[Opening Provided records section]
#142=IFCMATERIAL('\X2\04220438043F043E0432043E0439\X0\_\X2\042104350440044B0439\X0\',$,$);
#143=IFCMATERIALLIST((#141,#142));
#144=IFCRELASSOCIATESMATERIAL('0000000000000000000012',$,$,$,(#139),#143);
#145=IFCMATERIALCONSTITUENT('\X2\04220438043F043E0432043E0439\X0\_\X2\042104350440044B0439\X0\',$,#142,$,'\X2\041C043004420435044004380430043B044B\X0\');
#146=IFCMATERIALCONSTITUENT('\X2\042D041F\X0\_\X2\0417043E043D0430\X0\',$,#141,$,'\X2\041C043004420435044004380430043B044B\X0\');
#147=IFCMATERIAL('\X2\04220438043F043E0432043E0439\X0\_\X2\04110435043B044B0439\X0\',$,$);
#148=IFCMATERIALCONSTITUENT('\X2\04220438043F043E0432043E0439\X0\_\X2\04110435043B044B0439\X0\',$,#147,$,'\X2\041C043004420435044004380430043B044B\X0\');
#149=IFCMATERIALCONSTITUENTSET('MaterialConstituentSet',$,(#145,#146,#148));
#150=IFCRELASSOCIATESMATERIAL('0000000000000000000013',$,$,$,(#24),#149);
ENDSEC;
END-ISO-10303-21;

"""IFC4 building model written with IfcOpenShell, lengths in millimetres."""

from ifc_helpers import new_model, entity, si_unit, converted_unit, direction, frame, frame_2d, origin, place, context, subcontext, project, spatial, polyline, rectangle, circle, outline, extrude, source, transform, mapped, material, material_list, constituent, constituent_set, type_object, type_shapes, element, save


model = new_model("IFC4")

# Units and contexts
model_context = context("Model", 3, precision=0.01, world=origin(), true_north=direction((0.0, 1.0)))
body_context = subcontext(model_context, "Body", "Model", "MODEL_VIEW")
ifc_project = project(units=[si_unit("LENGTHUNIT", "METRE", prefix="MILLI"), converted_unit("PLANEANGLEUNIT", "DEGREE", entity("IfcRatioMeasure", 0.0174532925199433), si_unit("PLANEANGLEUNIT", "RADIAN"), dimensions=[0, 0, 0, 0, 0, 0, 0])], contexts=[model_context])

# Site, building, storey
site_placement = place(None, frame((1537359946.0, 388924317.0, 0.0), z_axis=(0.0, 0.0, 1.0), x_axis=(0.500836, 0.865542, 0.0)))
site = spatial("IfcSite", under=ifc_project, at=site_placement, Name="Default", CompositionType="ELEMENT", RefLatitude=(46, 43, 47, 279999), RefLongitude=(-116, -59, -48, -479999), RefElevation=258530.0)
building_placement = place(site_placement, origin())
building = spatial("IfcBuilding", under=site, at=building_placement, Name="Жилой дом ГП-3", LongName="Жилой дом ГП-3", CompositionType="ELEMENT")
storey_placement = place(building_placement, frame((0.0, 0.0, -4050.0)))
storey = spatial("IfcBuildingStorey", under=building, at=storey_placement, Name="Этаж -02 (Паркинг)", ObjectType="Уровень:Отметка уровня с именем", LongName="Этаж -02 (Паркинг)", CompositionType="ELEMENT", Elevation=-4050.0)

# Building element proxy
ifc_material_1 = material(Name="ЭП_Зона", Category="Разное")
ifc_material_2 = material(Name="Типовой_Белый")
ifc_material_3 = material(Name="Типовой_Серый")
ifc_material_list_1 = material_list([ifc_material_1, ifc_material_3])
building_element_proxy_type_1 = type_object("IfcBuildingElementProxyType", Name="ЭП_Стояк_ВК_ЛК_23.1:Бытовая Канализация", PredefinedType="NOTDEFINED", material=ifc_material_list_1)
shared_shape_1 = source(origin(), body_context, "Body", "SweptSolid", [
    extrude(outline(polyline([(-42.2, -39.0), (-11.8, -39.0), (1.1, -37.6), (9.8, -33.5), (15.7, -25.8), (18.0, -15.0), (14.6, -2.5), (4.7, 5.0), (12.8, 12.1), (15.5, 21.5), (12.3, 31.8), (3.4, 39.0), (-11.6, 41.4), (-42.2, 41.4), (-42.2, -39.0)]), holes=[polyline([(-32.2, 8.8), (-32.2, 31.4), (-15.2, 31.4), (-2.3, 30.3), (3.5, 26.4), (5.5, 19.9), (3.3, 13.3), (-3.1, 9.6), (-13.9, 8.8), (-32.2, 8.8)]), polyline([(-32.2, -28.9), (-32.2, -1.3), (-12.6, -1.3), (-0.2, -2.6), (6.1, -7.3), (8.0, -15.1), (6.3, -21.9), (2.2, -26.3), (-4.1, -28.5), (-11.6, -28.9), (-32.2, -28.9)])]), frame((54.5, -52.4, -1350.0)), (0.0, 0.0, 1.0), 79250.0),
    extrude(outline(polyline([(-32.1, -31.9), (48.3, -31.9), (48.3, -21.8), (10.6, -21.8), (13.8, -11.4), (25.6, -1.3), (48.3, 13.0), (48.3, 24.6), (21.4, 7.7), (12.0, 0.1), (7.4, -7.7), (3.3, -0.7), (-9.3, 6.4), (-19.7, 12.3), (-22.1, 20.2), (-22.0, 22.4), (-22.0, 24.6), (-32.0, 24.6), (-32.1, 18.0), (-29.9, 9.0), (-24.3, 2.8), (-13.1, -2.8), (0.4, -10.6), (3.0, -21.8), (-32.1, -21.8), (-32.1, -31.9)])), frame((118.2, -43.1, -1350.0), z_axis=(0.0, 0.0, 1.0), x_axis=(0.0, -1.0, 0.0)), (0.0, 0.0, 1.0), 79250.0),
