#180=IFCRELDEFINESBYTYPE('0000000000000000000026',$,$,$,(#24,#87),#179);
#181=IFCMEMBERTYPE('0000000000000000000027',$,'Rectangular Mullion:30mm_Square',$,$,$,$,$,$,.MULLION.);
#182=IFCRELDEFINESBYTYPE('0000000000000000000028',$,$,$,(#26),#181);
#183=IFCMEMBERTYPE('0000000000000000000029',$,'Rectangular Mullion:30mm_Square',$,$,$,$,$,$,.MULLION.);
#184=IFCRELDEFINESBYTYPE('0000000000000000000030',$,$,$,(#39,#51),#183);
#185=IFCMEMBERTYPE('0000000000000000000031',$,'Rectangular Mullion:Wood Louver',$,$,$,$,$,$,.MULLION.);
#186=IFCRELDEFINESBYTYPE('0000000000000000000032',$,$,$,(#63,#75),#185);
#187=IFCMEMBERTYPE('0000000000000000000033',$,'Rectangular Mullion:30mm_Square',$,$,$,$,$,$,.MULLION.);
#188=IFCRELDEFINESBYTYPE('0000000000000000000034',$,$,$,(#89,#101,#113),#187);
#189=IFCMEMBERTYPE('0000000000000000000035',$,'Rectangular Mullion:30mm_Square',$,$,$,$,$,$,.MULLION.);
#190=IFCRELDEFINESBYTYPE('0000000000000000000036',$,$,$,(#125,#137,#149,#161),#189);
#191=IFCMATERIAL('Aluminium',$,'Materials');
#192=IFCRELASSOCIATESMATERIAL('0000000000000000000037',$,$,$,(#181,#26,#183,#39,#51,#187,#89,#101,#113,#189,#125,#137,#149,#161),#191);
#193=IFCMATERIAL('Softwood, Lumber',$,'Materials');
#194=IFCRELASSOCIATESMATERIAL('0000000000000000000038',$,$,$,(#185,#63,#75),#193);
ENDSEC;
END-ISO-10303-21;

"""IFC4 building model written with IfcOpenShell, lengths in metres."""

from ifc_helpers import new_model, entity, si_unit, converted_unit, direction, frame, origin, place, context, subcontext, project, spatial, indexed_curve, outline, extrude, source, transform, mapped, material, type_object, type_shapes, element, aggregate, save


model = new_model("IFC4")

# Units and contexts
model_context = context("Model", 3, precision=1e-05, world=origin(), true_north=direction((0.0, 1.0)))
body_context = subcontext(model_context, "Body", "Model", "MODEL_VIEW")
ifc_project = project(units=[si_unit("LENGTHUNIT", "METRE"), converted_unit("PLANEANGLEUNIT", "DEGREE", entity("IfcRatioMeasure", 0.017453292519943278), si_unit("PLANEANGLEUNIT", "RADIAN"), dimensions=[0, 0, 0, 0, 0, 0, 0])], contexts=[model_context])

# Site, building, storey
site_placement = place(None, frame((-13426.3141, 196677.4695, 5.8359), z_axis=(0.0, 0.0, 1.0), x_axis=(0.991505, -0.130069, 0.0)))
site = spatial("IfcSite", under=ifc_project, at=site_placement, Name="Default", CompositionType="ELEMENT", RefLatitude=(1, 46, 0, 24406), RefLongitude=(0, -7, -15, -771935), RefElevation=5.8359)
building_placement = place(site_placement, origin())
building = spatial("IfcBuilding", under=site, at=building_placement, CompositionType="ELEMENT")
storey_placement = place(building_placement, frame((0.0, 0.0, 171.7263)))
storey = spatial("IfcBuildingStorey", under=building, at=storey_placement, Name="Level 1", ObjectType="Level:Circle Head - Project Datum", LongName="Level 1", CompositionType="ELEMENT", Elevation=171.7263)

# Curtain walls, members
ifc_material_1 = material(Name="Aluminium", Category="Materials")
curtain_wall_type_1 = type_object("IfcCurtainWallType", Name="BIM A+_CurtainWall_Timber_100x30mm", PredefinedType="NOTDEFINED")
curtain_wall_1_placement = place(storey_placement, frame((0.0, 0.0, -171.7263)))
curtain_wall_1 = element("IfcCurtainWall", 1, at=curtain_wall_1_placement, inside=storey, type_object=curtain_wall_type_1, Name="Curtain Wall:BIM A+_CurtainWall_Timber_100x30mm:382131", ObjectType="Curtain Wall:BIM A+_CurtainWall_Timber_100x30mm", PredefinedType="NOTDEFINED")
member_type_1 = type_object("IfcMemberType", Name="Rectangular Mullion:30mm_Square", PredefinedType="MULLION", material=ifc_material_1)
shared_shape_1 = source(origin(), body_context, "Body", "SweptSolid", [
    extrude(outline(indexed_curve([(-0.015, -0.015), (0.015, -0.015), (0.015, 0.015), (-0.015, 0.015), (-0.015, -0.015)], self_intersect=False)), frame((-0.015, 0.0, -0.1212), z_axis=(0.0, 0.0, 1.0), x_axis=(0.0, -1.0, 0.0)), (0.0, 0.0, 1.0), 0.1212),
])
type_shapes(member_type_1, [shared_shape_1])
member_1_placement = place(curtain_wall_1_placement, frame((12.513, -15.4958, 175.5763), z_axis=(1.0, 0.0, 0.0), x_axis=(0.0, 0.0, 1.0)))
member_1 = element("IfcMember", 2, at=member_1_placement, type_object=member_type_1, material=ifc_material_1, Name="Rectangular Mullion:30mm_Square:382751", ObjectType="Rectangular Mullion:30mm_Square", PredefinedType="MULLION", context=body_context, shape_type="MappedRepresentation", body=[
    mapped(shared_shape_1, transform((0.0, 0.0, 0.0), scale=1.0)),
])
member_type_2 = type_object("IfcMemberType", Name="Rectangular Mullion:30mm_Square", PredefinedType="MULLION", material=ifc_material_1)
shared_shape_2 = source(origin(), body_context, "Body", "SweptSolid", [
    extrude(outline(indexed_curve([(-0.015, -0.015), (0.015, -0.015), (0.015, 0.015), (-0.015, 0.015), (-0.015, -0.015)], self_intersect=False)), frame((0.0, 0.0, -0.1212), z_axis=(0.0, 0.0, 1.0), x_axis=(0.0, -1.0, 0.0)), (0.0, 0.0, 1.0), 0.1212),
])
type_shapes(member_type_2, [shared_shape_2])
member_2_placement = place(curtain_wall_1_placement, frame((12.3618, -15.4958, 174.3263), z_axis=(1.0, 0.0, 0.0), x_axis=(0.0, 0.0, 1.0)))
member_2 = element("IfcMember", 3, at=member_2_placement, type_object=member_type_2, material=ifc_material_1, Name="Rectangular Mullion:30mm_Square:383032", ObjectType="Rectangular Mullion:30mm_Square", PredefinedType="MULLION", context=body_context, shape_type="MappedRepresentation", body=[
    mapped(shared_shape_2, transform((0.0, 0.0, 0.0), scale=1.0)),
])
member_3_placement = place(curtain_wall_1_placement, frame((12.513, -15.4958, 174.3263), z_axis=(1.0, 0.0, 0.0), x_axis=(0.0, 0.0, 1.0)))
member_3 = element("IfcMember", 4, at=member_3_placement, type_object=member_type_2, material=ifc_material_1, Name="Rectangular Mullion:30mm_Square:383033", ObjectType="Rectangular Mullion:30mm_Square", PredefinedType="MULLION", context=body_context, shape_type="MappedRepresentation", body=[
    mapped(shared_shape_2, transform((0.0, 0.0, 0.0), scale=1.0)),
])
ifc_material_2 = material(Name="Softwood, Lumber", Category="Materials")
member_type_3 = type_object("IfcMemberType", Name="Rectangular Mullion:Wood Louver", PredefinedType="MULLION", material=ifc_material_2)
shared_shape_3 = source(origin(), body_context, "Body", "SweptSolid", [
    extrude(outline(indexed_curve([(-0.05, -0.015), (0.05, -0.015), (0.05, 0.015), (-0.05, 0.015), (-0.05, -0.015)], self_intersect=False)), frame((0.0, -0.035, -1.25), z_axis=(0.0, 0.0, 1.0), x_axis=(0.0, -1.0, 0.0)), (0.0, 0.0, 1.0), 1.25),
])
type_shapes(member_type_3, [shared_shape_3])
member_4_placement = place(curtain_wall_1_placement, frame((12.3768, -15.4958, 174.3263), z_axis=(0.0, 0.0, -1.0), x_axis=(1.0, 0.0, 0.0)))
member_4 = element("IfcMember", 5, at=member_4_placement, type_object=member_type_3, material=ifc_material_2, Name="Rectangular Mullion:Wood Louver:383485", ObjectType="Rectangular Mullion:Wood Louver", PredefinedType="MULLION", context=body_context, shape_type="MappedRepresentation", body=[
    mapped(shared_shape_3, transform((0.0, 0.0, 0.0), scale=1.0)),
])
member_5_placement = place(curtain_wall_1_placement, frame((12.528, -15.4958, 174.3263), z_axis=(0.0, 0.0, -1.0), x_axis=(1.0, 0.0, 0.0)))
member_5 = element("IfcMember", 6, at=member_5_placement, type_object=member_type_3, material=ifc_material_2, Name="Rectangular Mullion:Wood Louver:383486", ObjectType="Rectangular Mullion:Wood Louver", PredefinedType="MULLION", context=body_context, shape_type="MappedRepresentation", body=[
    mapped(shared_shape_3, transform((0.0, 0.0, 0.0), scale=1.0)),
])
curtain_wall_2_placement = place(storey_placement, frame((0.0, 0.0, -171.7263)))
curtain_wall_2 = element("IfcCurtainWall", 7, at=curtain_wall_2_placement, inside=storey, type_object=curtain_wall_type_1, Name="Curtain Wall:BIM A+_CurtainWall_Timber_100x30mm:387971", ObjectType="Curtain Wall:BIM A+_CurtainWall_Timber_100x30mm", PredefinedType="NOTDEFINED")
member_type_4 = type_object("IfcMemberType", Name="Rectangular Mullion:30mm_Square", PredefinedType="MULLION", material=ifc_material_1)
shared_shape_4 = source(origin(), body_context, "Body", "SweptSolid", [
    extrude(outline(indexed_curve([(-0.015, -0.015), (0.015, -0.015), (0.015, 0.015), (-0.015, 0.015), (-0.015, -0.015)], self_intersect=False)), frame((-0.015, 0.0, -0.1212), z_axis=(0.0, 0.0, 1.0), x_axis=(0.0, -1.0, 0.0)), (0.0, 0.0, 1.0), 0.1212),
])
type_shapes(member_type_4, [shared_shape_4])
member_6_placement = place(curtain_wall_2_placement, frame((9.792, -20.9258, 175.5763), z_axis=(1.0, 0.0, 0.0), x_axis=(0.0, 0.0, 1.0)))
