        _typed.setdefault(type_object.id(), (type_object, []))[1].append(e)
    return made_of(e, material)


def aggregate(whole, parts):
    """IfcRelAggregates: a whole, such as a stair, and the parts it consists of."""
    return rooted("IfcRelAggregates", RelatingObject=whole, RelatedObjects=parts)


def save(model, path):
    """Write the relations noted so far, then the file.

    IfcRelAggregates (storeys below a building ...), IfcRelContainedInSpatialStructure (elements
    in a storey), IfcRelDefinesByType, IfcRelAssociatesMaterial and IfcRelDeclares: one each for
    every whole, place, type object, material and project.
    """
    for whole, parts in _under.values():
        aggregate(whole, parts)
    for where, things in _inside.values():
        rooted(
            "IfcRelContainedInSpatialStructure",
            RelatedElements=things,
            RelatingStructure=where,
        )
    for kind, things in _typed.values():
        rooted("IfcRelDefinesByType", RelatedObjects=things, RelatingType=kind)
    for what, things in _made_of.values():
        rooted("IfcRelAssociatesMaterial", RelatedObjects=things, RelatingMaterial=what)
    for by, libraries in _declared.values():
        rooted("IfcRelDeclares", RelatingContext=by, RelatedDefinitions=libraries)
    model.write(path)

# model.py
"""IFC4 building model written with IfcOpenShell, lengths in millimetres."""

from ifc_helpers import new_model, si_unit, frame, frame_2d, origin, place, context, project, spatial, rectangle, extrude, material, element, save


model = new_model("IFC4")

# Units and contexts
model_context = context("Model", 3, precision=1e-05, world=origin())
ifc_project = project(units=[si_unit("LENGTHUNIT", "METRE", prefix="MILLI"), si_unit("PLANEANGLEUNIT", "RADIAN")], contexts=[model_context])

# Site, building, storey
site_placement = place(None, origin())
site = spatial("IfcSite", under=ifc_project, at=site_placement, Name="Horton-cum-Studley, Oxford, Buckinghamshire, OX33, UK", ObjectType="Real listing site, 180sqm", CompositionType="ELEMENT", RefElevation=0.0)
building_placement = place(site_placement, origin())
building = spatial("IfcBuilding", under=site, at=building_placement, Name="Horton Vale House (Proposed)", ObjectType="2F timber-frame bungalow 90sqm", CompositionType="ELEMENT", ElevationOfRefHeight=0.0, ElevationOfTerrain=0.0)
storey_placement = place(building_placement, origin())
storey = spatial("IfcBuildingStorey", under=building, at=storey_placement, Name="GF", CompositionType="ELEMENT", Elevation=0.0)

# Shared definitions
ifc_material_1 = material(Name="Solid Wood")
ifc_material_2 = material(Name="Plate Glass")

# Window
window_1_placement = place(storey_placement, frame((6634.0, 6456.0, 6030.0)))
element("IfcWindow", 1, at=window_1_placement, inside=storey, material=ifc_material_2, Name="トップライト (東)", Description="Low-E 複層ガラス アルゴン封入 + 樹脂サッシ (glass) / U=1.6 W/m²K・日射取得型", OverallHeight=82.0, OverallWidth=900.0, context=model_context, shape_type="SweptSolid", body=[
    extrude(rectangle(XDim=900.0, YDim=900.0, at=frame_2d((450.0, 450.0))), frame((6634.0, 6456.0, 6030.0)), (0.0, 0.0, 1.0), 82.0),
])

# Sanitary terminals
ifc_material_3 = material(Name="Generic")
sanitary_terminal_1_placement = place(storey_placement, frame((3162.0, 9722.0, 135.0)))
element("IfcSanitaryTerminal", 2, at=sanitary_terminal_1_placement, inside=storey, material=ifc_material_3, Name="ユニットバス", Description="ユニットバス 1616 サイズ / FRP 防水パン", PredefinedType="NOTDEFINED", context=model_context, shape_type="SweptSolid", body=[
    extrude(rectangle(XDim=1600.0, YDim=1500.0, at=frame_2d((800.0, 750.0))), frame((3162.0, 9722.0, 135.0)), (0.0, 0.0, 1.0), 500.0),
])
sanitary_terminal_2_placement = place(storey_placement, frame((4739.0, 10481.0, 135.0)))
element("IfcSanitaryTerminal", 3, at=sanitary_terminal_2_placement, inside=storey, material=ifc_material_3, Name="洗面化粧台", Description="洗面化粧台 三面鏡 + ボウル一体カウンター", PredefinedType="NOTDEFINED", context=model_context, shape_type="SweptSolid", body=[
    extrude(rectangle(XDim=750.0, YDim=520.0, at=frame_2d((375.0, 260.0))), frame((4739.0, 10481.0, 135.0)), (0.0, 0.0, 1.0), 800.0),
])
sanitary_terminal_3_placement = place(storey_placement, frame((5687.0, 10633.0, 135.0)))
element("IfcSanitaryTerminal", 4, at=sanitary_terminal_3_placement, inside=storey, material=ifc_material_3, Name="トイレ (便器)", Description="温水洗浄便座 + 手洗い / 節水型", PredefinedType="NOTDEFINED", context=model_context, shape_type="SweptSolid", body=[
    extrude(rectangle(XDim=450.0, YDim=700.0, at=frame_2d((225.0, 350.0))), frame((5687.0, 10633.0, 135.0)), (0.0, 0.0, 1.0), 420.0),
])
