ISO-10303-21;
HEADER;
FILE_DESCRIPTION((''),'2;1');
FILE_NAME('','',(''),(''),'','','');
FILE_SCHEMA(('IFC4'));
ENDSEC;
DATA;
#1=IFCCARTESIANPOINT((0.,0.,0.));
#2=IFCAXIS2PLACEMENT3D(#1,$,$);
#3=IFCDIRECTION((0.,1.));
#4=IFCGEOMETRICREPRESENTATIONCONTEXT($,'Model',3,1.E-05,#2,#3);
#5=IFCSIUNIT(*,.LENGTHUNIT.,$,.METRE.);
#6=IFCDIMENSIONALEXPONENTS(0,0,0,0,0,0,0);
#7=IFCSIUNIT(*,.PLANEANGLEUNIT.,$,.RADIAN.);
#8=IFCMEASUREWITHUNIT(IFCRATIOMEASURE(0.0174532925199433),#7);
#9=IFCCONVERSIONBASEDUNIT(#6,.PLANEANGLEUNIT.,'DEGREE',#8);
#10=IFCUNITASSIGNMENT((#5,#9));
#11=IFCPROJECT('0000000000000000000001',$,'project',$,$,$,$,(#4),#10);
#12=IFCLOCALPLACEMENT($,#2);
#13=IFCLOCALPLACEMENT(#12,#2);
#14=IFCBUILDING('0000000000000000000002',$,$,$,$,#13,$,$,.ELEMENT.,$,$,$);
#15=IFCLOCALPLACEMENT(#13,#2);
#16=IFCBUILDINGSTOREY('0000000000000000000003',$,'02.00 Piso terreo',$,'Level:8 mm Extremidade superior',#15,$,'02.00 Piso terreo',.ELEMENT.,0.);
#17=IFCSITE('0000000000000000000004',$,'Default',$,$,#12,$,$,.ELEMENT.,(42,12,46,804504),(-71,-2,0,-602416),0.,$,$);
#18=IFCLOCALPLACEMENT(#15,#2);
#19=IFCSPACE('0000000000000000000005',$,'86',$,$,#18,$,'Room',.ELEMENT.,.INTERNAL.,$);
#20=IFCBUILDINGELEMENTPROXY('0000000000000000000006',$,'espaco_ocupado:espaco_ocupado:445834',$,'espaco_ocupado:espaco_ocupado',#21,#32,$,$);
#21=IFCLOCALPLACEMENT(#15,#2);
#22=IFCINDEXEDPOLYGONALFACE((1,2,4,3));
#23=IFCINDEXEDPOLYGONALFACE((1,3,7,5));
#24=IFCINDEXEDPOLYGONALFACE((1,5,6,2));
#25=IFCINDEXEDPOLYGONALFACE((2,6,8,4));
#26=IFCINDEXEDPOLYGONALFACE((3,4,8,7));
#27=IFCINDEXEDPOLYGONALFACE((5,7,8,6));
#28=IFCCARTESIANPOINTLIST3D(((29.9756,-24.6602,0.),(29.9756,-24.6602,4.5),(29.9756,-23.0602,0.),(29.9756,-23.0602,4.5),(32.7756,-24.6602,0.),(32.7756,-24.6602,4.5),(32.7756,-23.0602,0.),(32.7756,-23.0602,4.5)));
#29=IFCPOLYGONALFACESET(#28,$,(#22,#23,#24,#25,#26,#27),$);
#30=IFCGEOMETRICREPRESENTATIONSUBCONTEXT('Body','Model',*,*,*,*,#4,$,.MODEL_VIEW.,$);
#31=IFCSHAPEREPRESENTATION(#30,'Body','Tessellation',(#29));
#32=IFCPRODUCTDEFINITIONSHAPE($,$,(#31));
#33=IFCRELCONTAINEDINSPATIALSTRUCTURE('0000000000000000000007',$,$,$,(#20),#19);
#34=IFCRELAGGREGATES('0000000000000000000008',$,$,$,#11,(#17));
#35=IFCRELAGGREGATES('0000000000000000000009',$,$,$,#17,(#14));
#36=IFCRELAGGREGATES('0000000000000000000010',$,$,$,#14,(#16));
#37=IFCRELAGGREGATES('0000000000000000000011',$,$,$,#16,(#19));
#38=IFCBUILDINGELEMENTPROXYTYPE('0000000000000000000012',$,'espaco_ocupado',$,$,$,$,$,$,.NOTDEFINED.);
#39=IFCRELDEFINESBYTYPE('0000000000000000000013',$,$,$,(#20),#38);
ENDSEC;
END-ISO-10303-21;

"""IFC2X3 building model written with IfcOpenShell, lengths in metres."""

from ifc_helpers import new_model, entity, si_unit, converted_unit, direction, frame, origin, origin_2d_with_axis, place, context, subcontext, project, spatial, rectangle, extrude, source, transform, mapped, type_object, type_shapes, element, save


model = new_model("IFC2X3")

# Units and contexts
model_context = context("Model", 3, precision=1e-05, world=origin(), true_north=direction((0.0, 1.0)))
body_context = subcontext(model_context, "Body", "Model", "MODEL_VIEW")
ifc_project = project(units=[si_unit("LENGTHUNIT", "METRE"), converted_unit("PLANEANGLEUNIT", "DEGREE", entity("IfcRatioMeasure", 0.0174532925199433), si_unit("PLANEANGLEUNIT", "RADIAN"), dimensions=[0, 0, 0, 0, 0, 0, 0])], contexts=[model_context])

# Site, building, storey
site_placement = place(None, origin())
site = spatial("IfcSite", under=ifc_project, at=site_placement, Name="Default", CompositionType="ELEMENT", RefLatitude=(42, 12, 46, 804504), RefLongitude=(-71, -2, 0, -602416), RefElevation=0.0)
building_placement = place(site_placement, origin())
building = spatial("IfcBuilding", under=site, at=building_placement, CompositionType="ELEMENT")
storey_placement = place(building_placement, origin())
storey = spatial("IfcBuildingStorey", under=building, at=storey_placement, Name="02.00 Piso terreo", ObjectType="Level:8 mm Extremidade superior", LongName="02.00 Piso terreo", CompositionType="ELEMENT", Elevation=0.0)

# Shared definitions
space_1_placement = place(storey_placement, origin())
space_1 = spatial("IfcSpace", under=storey, at=space_1_placement, Name="86", LongName="Room", CompositionType="ELEMENT", InteriorOrExteriorSpace="INTERNAL")

# Building element proxy
building_element_proxy_type_1 = type_object("IfcBuildingElementProxyType", Name="espaco_ocupado", PredefinedType="NOTDEFINED")
shared_shape_1 = source(origin(), body_context, "Body", "SweptSolid", [
    extrude(rectangle(XDim=2.8, YDim=1.6, at=origin_2d_with_axis()), frame((0.0, 0.0, 0.0), z_axis=(0.0, 0.0, 1.0), x_axis=(-1.0, 0.0, 0.0)), (0.0, 0.0, 1.0), 4.5),
])
type_shapes(building_element_proxy_type_1, [shared_shape_1])
proxy_1_placement = place(space_1_placement, frame((31.3756, -23.8602, 0.0)))
element("IfcBuildingElementProxy", 1, at=proxy_1_placement, inside=space_1, type_object=building_element_proxy_type_1, Name="espaco_ocupado:espaco_ocupado:445834", ObjectType="espaco_ocupado:espaco_ocupado", context=body_context, shape_type="MappedRepresentation", body=[
    mapped(shared_shape_1, transform((0.0, 0.0, 0.0), scale=1.0)),
])

save(model, "model.ifc")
[Closing Provided records section]
* **Exercise goal**
A count is wanted, and nothing else: the lines of this listing that include the word "IFCSIUNIT".

* **Exercise output**
2